Does your table process time series data?
If so, your best choices are TWCS or DTCS. For details, read the descriptions on this
page.
If your table is not focused on time series data, the choice becomes more complicated. The
following questions introduce other considerations that may guide your choice.
Does your table handle more reads than writes, or more writes than reads?
LCS is a good choice if your table processes twice as many reads as writes or more –
especially randomized reads. If the proportion of reads to writes is closer, the
performance hit exacted by LCS may not be worth the benefit. Be aware that LCS can be
quickly overwhelmed by a high volume of writes.
Does the data in your table change often?

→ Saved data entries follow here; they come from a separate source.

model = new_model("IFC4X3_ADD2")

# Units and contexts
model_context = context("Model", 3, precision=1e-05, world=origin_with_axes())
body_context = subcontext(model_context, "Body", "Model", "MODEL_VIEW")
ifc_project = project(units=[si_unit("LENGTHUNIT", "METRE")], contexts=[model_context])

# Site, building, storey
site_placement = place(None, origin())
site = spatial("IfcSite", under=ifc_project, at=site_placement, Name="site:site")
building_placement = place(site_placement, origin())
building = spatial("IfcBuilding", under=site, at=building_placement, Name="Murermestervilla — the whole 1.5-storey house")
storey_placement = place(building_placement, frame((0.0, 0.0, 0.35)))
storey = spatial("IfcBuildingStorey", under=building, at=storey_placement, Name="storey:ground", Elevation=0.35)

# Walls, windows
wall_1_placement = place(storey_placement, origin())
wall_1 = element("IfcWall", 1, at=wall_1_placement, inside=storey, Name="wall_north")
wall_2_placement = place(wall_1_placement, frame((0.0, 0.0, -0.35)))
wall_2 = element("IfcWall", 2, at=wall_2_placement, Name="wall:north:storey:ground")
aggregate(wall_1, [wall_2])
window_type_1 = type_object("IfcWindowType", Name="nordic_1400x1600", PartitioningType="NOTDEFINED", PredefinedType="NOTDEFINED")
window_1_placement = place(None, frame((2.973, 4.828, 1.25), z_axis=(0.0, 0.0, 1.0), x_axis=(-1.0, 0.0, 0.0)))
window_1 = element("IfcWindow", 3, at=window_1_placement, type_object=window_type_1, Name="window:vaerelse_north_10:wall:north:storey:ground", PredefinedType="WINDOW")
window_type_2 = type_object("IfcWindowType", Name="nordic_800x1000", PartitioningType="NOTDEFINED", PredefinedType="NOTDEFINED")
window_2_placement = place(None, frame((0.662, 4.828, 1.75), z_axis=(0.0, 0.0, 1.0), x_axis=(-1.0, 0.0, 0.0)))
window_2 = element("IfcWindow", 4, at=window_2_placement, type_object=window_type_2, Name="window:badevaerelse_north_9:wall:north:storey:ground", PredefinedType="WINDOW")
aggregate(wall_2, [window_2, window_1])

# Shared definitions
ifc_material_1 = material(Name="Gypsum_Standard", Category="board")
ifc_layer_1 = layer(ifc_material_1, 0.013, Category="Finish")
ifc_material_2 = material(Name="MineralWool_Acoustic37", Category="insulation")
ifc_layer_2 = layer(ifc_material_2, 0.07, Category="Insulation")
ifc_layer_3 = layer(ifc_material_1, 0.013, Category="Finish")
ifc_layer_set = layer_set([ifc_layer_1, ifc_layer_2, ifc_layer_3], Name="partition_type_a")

One advantage of LCS is that it keeps related data in a small set of SSTables. If your
data is immutable or not subject to frequent upserts, STCS accomplishes the same type of grouping without the LCS
performance hit.
Do you require predictable levels of read and write activity?
LCS keeps the SSTables within predictable sizes and numbers. For example, if your
table's read/write ratio is small, and it is expected to conform to a Service Level
Agreements (SLAs) for reads, it may be worth taking the write performance penalty of
LCS in order to keep read rates and latency at predictable levels. And you may be able
to overcome this write penalty through horizontal scaling (adding more nodes).

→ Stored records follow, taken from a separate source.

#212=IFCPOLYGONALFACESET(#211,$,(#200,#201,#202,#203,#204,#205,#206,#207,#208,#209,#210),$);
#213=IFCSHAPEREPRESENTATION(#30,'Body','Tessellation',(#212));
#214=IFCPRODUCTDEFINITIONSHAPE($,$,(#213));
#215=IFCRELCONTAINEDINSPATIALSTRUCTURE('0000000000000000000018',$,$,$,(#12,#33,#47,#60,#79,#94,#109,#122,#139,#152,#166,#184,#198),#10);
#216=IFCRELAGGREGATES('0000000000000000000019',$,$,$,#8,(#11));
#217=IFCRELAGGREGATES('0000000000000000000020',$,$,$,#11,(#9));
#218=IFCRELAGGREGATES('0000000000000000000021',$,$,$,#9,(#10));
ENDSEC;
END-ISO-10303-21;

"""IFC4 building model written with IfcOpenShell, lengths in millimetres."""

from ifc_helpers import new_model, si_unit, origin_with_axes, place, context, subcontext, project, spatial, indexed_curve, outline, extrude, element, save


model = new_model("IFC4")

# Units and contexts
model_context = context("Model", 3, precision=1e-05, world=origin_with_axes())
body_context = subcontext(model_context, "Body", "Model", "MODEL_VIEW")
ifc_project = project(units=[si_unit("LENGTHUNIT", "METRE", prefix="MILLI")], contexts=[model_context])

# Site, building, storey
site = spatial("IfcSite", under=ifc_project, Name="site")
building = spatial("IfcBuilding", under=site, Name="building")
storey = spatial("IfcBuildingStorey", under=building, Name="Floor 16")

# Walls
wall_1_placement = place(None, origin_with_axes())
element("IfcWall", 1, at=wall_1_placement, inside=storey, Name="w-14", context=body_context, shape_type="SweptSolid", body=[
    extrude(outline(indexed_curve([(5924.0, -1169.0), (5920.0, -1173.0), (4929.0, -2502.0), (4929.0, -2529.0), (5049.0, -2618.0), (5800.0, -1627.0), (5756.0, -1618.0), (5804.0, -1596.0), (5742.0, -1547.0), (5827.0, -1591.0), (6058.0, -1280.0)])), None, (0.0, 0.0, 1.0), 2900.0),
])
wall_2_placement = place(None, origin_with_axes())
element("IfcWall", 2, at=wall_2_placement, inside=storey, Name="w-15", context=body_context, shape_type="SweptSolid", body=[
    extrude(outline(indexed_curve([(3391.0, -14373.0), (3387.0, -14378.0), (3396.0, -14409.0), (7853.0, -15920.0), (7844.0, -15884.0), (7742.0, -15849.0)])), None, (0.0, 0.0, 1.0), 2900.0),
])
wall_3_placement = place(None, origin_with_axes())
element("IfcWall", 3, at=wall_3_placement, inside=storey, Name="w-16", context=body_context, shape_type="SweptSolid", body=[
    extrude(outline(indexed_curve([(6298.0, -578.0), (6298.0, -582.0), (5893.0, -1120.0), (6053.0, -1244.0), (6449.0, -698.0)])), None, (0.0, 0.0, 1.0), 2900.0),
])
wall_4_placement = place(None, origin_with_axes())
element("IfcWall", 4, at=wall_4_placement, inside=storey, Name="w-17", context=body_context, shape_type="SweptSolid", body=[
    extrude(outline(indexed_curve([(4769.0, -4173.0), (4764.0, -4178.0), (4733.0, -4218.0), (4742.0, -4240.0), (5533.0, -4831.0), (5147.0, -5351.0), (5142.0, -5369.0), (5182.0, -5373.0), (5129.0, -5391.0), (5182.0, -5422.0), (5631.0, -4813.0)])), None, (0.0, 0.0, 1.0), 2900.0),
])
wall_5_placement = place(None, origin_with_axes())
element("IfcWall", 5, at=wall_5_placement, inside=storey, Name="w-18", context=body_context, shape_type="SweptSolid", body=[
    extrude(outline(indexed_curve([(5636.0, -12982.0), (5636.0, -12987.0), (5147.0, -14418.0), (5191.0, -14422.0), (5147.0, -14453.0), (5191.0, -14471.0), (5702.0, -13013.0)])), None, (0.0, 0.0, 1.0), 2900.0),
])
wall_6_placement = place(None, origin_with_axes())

Will your table be populated by a batch process?
On both batch reads and batch writes, STCS performs better than LCS. The batch process
causes little or no fragmentation, so the benefits of LCS are not realized; batch
processes can overwhelm LCS-configured tables.
Does your system have limited disk space?
LCS handles disk space more efficiently than STCS: it requires about 10%
headroom in addition to the space occupied by the data is handles. STCS and
DTCS generally require, in some cases, as much as 50% more than the data space.
Is your system reaching its limits for I/O?
LCS is significantly more I/O intensive than DTCS or STCS. Switching to LCS may
introduce extra I/O load that offsets the advantages.
Testing compaction strategies
Suggestions for determining which compaction strategy is best for your system:
Create a three-node cluster using one of the compaction strategies, stress test the
cluster using cassandra-stress, and measure the results.